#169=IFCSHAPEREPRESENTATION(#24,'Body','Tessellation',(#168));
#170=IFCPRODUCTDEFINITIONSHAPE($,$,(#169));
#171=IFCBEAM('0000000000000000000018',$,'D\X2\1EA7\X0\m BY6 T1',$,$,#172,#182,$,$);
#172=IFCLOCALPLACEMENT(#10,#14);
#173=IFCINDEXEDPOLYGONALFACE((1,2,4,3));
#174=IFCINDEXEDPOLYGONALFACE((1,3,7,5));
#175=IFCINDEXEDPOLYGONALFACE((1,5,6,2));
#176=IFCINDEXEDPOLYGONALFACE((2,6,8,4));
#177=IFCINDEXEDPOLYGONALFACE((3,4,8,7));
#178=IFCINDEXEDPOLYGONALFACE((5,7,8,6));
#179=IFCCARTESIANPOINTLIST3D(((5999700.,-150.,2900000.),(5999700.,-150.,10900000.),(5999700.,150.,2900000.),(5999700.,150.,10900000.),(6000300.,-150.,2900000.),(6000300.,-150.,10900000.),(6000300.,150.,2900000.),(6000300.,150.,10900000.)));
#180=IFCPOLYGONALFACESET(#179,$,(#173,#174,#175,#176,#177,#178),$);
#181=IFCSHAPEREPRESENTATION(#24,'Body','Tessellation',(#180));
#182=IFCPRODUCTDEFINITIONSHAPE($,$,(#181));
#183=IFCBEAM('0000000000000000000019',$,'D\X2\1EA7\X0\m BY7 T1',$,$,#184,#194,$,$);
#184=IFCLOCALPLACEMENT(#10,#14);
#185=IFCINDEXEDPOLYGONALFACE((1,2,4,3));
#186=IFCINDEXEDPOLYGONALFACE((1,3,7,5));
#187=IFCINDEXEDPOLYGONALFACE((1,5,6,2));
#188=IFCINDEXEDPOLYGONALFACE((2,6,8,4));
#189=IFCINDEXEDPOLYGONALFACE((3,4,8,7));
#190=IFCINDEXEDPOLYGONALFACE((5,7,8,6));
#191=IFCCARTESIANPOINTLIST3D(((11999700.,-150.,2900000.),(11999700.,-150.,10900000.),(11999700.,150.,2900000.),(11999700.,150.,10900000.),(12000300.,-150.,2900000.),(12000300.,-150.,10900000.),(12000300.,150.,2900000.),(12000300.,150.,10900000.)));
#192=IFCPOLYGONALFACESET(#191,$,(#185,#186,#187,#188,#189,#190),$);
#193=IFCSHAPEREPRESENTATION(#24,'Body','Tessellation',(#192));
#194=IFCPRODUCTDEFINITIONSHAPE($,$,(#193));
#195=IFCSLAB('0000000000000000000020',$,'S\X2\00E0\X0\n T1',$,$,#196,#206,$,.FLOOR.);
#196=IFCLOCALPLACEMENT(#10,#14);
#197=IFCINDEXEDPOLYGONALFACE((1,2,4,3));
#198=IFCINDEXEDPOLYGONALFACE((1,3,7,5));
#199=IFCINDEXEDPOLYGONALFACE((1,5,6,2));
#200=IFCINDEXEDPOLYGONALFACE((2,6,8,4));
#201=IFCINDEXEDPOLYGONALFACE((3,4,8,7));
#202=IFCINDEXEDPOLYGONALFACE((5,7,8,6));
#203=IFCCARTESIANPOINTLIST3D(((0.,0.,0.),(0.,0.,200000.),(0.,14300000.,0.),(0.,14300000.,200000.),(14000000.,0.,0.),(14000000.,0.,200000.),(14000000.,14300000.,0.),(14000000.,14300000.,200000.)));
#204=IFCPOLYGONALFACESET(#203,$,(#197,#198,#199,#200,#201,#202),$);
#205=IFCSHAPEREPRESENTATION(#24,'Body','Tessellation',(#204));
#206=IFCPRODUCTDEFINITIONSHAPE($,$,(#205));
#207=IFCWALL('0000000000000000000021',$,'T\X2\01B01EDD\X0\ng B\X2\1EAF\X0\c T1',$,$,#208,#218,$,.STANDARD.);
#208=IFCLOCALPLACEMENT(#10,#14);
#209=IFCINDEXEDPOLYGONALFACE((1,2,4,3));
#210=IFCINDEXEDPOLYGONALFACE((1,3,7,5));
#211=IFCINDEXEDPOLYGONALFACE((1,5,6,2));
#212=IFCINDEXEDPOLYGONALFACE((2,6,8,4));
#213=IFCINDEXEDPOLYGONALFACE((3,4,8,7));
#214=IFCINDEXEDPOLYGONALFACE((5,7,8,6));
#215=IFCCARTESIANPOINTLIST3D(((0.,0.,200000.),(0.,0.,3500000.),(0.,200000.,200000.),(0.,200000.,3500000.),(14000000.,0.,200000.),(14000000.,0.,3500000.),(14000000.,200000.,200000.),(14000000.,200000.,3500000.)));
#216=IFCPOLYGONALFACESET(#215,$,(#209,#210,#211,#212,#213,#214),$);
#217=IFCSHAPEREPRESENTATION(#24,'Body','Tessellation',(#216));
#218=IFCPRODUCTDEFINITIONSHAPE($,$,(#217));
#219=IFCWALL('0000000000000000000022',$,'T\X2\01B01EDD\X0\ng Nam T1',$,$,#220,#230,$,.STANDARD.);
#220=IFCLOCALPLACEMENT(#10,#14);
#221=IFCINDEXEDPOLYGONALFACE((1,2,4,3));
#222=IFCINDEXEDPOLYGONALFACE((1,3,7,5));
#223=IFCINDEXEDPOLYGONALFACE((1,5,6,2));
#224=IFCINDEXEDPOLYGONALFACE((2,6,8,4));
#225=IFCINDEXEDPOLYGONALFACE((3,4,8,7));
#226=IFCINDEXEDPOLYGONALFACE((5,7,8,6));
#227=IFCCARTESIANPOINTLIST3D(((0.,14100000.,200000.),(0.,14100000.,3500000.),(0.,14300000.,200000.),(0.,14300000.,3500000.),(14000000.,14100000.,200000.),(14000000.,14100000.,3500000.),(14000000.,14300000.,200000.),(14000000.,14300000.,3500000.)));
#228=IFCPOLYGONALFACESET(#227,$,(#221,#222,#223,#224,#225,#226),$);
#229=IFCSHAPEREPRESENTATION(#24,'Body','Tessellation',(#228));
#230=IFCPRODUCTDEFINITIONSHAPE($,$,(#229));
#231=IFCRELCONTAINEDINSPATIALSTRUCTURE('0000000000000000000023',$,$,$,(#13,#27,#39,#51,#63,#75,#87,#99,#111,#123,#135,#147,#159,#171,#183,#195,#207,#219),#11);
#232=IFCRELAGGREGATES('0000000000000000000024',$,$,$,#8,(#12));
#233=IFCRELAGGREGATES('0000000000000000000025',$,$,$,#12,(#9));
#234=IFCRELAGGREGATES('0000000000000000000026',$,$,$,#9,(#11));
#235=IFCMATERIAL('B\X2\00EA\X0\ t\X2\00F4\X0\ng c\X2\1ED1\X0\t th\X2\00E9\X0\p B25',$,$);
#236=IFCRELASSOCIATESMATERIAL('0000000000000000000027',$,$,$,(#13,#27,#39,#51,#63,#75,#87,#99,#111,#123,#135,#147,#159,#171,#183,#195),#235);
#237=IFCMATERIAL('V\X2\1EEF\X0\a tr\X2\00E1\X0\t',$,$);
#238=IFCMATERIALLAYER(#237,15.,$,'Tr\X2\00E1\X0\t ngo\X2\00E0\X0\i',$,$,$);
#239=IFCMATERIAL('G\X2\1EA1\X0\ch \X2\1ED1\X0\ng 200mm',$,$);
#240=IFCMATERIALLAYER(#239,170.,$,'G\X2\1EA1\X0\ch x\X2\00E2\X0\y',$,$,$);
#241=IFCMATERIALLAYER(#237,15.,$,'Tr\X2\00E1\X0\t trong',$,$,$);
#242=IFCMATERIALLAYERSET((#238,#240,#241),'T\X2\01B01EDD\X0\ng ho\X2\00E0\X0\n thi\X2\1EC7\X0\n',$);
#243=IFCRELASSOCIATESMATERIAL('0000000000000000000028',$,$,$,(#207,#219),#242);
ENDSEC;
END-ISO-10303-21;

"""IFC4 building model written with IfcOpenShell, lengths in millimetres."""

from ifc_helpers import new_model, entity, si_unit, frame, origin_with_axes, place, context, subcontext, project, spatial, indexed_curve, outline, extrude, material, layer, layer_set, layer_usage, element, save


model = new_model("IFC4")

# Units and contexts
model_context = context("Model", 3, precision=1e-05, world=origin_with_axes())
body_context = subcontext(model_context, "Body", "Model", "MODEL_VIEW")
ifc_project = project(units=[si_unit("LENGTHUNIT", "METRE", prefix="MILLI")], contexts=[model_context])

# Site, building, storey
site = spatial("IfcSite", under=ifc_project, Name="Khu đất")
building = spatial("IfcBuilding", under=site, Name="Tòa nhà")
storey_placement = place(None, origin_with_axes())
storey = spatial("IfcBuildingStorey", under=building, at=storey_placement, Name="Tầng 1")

• **Your instructions**
Whenever the word "IFCSHAPEREPRESENTATION" occurs in a line of the listing above, return that line.

• **Written response**
#169=IFCSHAPEREPRESENTATION(#24,'Body','Tessellation',(#168));
#181=IFCSHAPEREPRESENTATION(#24,'Body','Tessellation',(#180));
#193=IFCSHAPEREPRESENTATION(#24,'Body','Tessellation',(#192));
#205=IFCSHAPEREPRESENTATION(#24,'Body','Tessellation',(#204));
#217=IFCSHAPEREPRESENTATION(#24,'Body','Tessellation',(#216));
#229=IFCSHAPEREPRESENTATION(#24,'Body','Tessellation',(#228));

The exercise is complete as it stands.